ENTRIES PROVIDED –
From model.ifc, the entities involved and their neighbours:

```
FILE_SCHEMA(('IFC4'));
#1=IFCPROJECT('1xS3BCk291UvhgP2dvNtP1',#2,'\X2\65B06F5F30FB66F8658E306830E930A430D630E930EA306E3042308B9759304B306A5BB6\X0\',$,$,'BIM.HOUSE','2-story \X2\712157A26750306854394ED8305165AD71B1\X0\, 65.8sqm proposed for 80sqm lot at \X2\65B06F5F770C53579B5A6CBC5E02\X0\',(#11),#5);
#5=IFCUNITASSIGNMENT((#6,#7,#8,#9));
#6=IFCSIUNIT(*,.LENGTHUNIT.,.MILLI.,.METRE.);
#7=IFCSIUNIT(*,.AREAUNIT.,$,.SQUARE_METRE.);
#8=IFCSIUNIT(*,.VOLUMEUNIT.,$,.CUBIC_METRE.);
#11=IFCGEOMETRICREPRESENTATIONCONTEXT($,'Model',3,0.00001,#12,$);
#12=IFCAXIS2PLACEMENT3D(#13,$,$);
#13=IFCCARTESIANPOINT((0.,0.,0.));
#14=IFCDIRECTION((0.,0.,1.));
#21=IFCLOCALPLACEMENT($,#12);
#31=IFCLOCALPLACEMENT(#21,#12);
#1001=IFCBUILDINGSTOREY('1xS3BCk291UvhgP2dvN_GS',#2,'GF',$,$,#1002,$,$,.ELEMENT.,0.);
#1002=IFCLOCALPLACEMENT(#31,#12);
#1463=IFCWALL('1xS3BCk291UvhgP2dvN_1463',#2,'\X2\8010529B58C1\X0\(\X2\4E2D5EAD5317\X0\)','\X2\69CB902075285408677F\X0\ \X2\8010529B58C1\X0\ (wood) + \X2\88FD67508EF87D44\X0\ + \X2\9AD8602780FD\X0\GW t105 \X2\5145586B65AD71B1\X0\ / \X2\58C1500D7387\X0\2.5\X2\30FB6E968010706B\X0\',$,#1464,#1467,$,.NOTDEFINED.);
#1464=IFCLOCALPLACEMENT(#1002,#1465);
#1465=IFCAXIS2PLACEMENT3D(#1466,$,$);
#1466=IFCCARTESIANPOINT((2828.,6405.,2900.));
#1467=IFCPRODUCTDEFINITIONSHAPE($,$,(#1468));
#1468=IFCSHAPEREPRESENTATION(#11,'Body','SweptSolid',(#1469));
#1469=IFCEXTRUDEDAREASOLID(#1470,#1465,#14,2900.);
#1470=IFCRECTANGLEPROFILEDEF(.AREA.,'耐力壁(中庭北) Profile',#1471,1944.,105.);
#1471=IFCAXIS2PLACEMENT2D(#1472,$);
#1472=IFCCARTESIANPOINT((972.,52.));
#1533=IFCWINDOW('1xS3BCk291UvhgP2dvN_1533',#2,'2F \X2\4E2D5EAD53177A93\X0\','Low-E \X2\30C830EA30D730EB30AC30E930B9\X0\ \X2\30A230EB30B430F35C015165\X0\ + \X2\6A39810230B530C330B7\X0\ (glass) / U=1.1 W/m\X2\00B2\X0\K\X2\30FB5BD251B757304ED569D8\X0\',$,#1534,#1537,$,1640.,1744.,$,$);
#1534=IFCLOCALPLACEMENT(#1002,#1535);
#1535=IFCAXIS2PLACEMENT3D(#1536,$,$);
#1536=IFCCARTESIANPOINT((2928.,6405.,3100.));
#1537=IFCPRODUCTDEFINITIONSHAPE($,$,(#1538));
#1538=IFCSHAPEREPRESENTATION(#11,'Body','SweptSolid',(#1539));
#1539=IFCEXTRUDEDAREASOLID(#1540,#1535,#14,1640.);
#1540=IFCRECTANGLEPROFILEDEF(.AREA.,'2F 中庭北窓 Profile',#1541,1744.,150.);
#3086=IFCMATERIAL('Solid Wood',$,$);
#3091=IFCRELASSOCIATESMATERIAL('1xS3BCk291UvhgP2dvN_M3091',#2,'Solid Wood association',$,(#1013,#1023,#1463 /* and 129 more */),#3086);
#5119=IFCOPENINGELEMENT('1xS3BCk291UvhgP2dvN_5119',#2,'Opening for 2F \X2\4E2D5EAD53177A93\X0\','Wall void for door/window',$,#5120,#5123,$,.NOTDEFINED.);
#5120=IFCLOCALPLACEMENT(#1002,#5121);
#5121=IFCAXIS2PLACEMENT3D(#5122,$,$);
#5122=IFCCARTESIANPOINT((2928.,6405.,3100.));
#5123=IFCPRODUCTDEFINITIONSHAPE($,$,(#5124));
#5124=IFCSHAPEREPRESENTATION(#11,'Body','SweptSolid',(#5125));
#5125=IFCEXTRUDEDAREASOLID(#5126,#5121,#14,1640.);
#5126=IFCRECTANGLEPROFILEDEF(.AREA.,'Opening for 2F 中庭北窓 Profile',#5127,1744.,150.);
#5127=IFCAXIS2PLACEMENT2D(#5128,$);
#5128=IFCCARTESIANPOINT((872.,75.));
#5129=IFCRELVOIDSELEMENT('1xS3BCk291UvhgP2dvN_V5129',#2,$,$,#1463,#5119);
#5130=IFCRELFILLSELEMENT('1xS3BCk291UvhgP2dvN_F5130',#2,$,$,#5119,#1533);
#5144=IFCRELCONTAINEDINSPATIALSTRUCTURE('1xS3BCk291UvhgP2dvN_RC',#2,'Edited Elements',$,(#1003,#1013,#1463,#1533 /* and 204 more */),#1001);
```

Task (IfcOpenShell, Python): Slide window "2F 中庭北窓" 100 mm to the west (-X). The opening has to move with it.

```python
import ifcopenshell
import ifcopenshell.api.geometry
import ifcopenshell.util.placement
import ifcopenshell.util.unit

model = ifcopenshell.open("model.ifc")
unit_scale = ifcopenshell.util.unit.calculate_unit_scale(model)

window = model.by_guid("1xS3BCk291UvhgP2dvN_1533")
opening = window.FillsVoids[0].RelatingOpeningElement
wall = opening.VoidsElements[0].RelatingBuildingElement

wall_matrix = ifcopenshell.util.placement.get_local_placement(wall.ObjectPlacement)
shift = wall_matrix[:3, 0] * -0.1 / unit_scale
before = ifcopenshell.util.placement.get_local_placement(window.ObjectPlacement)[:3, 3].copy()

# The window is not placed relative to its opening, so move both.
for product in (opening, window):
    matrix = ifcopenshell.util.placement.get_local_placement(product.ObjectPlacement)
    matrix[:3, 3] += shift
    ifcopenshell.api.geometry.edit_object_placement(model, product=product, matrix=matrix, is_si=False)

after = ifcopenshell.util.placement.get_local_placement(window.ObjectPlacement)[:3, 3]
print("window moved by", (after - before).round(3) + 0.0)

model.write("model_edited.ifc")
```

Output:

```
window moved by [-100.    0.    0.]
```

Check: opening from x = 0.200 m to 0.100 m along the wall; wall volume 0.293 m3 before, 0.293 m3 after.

EXERCISE –
Would you repeat the records above without any changes?

SOLVED EXERCISE –
From model.ifc, the entities involved and their neighbours:

```
FILE_SCHEMA(('IFC4'));
#1=IFCPROJECT('1xS3BCk291UvhgP2dvNtP1',#2,'\X2\65B06F5F30FB66F8658E306830E930A430D630E930EA306E3042308B9759304B306A5BB6\X0\',$,$,'BIM.HOUSE','2-story \X2\712157A26750306854394ED8305165AD71B1\X0\, 65.8sqm proposed for 80sqm lot at \X2\65B06F5F770C53579B5A6CBC5E02\X0\',(#11),#5);
#5=IFCUNITASSIGNMENT((#6,#7,#8,#9));
#6=IFCSIUNIT(*,.LENGTHUNIT.,.MILLI.,.METRE.);
#7=IFCSIUNIT(*,.AREAUNIT.,$,.SQUARE_METRE.);
#8=IFCSIUNIT(*,.VOLUMEUNIT.,$,.CUBIC_METRE.);
#11=IFCGEOMETRICREPRESENTATIONCONTEXT($,'Model',3,0.00001,#12,$);
#12=IFCAXIS2PLACEMENT3D(#13,$,$);
#13=IFCCARTESIANPOINT((0.,0.,0.));
#14=IFCDIRECTION((0.,0.,1.));
#21=IFCLOCALPLACEMENT($,#12);
#31=IFCLOCALPLACEMENT(#21,#12);
#1001=IFCBUILDINGSTOREY('1xS3BCk291UvhgP2dvN_GS',#2,'GF',$,$,#1002,$,$,.ELEMENT.,0.);
#1002=IFCLOCALPLACEMENT(#31,#12);
#1463=IFCWALL('1xS3BCk291UvhgP2dvN_1463',#2,'\X2\8010529B58C1\X0\(\X2\4E2D5EAD5317\X0\)','\X2\69CB902075285408677F\X0\ \X2\8010529B58C1\X0\ (wood) + \X2\88FD67508EF87D44\X0\ + \X2\9AD8602780FD\X0\GW t105 \X2\5145586B65AD71B1\X0\ / \X2\58C1500D7387\X0\2.5\X2\30FB6E968010706B\X0\',$,#1464,#1467,$,.NOTDEFINED.);
#1464=IFCLOCALPLACEMENT(#1002,#1465);
#1465=IFCAXIS2PLACEMENT3D(#1466,$,$);
#1466=IFCCARTESIANPOINT((2828.,6405.,2900.));
#1467=IFCPRODUCTDEFINITIONSHAPE($,$,(#1468));
#1468=IFCSHAPEREPRESENTATION(#11,'Body','SweptSolid',(#1469));
#1469=IFCEXTRUDEDAREASOLID(#1470,#1465,#14,2900.);
#1470=IFCRECTANGLEPROFILEDEF(.AREA.,'耐力壁(中庭北) Profile',#1471,1944.,105.);
#1471=IFCAXIS2PLACEMENT2D(#1472,$);
#1472=IFCCARTESIANPOINT((972.,52.));
#1533=IFCWINDOW('1xS3BCk291UvhgP2dvN_1533',#2,'2F \X2\4E2D5EAD53177A93\X0\','Low-E \X2\30C830EA30D730EB30AC30E930B9\X0\ \X2\30A230EB30B430F35C015165\X0\ + \X2\6A39810230B530C330B7\X0\ (glass) / U=1.1 W/m\X2\00B2\X0\K\X2\30FB5BD251B757304ED569D8\X0\',$,#1534,#1537,$,1640.,1744.,$,$);
#1534=IFCLOCALPLACEMENT(#1002,#1535);
#1535=IFCAXIS2PLACEMENT3D(#1536,$,$);
#1536=IFCCARTESIANPOINT((2928.,6405.,3100.));
#1537=IFCPRODUCTDEFINITIONSHAPE($,$,(#1538));
#1538=IFCSHAPEREPRESENTATION(#11,'Body','SweptSolid',(#1539));
#1539=IFCEXTRUDEDAREASOLID(#1540,#1535,#14,1640.);
#1540=IFCRECTANGLEPROFILEDEF(.AREA.,'2F 中庭北窓 Profile',#1541,1744.,150.);
#3086=IFCMATERIAL('Solid Wood',$,$);
#3091=IFCRELASSOCIATESMATERIAL('1xS3BCk291UvhgP2dvN_M3091',#2,'Solid Wood association',$,(#1013,#1023,#1463 /* and 129 more */),#3086);
#5119=IFCOPENINGELEMENT('1xS3BCk291UvhgP2dvN_5119',#2,'Opening for 2F \X2\4E2D5EAD53177A93\X0\','Wall void for door/window',$,#5120,#5123,$,.NOTDEFINED.);
#5120=IFCLOCALPLACEMENT(#1002,#5121);
#5121=IFCAXIS2PLACEMENT3D(#5122,$,$);
#5122=IFCCARTESIANPOINT((2928.,6405.,3100.));
#5123=IFCPRODUCTDEFINITIONSHAPE($,$,(#5124));
#5124=IFCSHAPEREPRESENTATION(#11,'Body','SweptSolid',(#5125));
#5125=IFCEXTRUDEDAREASOLID(#5126,#5121,#14,1640.);
#5126=IFCRECTANGLEPROFILEDEF(.AREA.,'Opening for 2F 中庭北窓 Profile',#5127,1744.,150.);
#5127=IFCAXIS2PLACEMENT2D(#5128,$);
#5128=IFCCARTESIANPOINT((872.,75.));
#5129=IFCRELVOIDSELEMENT('1xS3BCk291UvhgP2dvN_V5129',#2,$,$,#1463,#5119);
#5130=IFCRELFILLSELEMENT('1xS3BCk291UvhgP2dvN_F5130',#2,$,$,#5119,#1533);
#5144=IFCRELCONTAINEDINSPATIALSTRUCTURE('1xS3BCk291UvhgP2dvN_RC',#2,'Edited Elements',$,(#1003,#1013,#1463,#1533 /* and 204 more */),#1001);
```

Task (IfcOpenShell, Python): Slide window "2F 中庭北窓" 100 mm to the west (-X). The opening has to move with it.

```python
import ifcopenshell
import ifcopenshell.api.geometry
import ifcopenshell.util.placement
import ifcopenshell.util.unit

model = ifcopenshell.open("model.ifc")
unit_scale = ifcopenshell.util.unit.calculate_unit_scale(model)

window = model.by_guid("1xS3BCk291UvhgP2dvN_1533")
opening = window.FillsVoids[0].RelatingOpeningElement
wall = opening.VoidsElements[0].RelatingBuildingElement

wall_matrix = ifcopenshell.util.placement.get_local_placement(wall.ObjectPlacement)
shift = wall_matrix[:3, 0] * -0.1 / unit_scale
before = ifcopenshell.util.placement.get_local_placement(window.ObjectPlacement)[:3, 3].copy()

# The window is not placed relative to its opening, so move both.
for product in (opening, window):
    matrix = ifcopenshell.util.placement.get_local_placement(product.ObjectPlacement)
    matrix[:3, 3] += shift
    ifcopenshell.api.geometry.edit_object_placement(model, product=product, matrix=matrix, is_si=False)

after = ifcopenshell.util.placement.get_local_placement(window.ObjectPlacement)[:3, 3]
print("window moved by", (after - before).round(3) + 0.0)

model.write("model_edited.ifc")
```

Output:

```
window moved by [-100.    0.    0.]
```

Check: opening from x = 0.200 m to 0.100 m along the wall; wall volume 0.293 m3 before, 0.293 m3 after.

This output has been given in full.